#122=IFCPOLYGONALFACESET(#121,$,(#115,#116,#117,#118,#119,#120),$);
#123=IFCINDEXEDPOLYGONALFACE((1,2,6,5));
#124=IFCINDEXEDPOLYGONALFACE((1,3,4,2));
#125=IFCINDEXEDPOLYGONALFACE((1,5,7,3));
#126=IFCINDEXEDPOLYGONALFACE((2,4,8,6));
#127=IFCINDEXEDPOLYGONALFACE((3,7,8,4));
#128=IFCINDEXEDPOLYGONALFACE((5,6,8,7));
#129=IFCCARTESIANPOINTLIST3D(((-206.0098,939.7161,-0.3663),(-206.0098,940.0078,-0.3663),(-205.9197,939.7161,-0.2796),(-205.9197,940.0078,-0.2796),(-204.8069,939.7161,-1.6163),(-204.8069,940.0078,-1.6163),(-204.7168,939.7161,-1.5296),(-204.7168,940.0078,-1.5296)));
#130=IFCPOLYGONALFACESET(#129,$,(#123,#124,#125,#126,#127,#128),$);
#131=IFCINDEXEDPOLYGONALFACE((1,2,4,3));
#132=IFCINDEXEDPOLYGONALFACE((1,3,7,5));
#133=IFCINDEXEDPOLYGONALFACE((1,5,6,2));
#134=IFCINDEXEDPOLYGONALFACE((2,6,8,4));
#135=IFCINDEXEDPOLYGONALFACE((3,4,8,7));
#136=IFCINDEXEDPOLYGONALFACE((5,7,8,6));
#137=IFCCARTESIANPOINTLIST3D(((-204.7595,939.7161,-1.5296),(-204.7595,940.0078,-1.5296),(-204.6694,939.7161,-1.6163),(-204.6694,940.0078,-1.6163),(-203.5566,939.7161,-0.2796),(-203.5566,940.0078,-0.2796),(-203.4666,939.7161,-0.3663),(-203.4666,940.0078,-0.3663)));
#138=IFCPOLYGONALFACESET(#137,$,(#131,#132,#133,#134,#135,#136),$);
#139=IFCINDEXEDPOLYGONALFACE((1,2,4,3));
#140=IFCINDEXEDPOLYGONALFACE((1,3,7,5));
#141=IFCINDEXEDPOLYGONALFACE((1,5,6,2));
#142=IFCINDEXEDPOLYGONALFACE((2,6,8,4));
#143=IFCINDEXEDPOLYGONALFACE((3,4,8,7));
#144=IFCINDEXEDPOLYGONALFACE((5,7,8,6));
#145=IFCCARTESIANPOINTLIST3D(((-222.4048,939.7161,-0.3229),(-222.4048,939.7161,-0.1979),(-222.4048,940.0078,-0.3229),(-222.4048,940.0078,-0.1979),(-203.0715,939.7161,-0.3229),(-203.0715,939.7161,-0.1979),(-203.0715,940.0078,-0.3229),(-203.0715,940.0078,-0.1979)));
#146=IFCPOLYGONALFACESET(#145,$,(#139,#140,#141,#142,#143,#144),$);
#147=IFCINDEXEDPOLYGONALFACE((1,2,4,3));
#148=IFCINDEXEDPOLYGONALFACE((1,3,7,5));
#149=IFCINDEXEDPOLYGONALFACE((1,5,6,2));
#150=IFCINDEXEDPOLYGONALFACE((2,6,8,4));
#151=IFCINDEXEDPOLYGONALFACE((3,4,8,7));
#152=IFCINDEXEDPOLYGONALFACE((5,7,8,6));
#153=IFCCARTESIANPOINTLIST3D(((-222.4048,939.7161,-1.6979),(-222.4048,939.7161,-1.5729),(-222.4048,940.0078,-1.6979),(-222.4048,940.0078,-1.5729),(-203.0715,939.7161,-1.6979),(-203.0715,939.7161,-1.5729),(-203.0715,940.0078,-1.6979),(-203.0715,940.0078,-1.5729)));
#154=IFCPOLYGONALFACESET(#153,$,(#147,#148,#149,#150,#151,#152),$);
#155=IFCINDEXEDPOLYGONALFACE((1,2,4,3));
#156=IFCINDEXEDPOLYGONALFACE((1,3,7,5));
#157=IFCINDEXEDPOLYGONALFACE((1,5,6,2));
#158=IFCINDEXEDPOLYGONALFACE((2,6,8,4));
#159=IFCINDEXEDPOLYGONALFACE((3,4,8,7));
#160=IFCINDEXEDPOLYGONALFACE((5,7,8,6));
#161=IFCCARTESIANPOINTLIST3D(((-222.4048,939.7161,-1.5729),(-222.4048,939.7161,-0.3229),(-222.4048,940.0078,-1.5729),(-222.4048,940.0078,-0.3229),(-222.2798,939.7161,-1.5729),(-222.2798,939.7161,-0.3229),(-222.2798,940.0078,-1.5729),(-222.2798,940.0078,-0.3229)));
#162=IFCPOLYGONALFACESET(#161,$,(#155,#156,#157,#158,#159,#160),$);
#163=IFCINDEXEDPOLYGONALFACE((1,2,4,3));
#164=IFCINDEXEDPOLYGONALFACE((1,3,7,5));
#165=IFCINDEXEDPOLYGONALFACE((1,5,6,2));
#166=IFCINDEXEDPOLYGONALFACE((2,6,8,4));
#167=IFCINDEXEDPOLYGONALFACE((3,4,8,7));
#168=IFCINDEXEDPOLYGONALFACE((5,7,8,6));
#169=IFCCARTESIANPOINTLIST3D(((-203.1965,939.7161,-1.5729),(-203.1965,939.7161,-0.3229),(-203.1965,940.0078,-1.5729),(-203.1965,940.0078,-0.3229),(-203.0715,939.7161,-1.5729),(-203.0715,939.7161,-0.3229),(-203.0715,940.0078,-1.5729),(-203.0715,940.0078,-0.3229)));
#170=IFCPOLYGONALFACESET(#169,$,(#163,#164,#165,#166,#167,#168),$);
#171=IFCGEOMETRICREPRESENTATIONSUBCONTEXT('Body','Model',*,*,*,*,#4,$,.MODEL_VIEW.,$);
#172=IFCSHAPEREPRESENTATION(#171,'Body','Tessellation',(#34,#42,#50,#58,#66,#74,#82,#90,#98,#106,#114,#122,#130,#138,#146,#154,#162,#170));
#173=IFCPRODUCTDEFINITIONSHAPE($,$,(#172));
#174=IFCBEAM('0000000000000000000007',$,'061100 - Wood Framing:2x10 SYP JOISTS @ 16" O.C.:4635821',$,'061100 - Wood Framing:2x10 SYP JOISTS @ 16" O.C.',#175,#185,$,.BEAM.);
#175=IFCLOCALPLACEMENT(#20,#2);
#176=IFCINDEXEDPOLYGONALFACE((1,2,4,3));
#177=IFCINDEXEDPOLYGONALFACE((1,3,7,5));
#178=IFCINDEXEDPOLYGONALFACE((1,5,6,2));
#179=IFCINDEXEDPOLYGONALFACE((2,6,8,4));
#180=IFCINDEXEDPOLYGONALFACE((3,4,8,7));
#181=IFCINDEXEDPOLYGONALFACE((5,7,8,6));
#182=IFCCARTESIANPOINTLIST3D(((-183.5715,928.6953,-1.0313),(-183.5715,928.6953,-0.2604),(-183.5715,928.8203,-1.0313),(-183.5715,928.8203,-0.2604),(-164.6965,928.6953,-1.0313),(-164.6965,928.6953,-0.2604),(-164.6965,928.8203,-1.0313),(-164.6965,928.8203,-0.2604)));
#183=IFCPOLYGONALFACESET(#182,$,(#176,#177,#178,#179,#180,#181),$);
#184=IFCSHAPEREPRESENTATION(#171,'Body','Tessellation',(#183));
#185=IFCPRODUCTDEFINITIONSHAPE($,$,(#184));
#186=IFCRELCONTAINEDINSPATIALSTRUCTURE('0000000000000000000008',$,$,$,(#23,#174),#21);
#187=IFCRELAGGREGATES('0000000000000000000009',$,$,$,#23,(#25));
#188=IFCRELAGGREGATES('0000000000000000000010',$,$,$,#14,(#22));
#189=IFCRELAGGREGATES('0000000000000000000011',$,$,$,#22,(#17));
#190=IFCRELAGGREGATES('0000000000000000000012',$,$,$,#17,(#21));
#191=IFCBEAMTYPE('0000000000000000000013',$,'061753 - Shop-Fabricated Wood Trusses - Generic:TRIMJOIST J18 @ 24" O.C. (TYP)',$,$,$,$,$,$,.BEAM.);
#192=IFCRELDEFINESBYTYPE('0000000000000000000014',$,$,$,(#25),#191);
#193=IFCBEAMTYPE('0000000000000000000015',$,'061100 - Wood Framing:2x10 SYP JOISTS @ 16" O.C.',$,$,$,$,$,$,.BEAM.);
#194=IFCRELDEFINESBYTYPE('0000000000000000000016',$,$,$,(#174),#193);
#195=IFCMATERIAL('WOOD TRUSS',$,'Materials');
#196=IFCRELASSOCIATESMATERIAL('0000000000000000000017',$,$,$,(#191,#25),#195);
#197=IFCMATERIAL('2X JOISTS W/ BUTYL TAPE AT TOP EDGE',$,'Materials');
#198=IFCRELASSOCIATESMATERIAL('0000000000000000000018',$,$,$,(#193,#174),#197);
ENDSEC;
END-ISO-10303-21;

===

## WHAT YOU SHOULD DO
Copy the records above exactly, beginning at the line that contains "#157=IFCINDEXEDPOLYGONALFACE((1,5,6,2));" and stopping after the line that contains "#173=IFCPRODUCTDEFINITIONSHAPE($,$,(#172));".

## FINISHED EXERCISE
#157=IFCINDEXEDPOLYGONALFACE((1,5,6,2));
#158=IFCINDEXEDPOLYGONALFACE((2,6,8,4));
#159=IFCINDEXEDPOLYGONALFACE((3,4,8,7));
#160=IFCINDEXEDPOLYGONALFACE((5,7,8,6));
#161=IFCCARTESIANPOINTLIST3D(((-222.4048,939.7161,-1.5729),(-222.4048,939.7161,-0.3229),(-222.4048,940.0078,-1.5729),(-222.4048,940.0078,-0.3229),(-222.2798,939.7161,-1.5729),(-222.2798,939.7161,-0.3229),(-222.2798,940.0078,-1.5729),(-222.2798,940.0078,-0.3229)));
#162=IFCPOLYGONALFACESET(#161,$,(#155,#156,#157,#158,#159,#160),$);
#163=IFCINDEXEDPOLYGONALFACE((1,2,4,3));
#164=IFCINDEXEDPOLYGONALFACE((1,3,7,5));
#165=IFCINDEXEDPOLYGONALFACE((1,5,6,2));
#166=IFCINDEXEDPOLYGONALFACE((2,6,8,4));
#167=IFCINDEXEDPOLYGONALFACE((3,4,8,7));
#168=IFCINDEXEDPOLYGONALFACE((5,7,8,6));
#169=IFCCARTESIANPOINTLIST3D(((-203.1965,939.7161,-1.5729),(-203.1965,939.7161,-0.3229),(-203.1965,940.0078,-1.5729),(-203.1965,940.0078,-0.3229),(-203.0715,939.7161,-1.5729),(-203.0715,939.7161,-0.3229),(-203.0715,940.0078,-1.5729),(-203.0715,940.0078,-0.3229)));
#170=IFCPOLYGONALFACESET(#169,$,(#163,#164,#165,#166,#167,#168),$);
#171=IFCGEOMETRICREPRESENTATIONSUBCONTEXT('Body','Model',*,*,*,*,#4,$,.MODEL_VIEW.,$);
#172=IFCSHAPEREPRESENTATION(#171,'Body','Tessellation',(#34,#42,#50,#58,#66,#74,#82,#90,#98,#106,#114,#122,#130,#138,#146,#154,#162,#170));
#173=IFCPRODUCTDEFINITIONSHAPE($,$,(#172));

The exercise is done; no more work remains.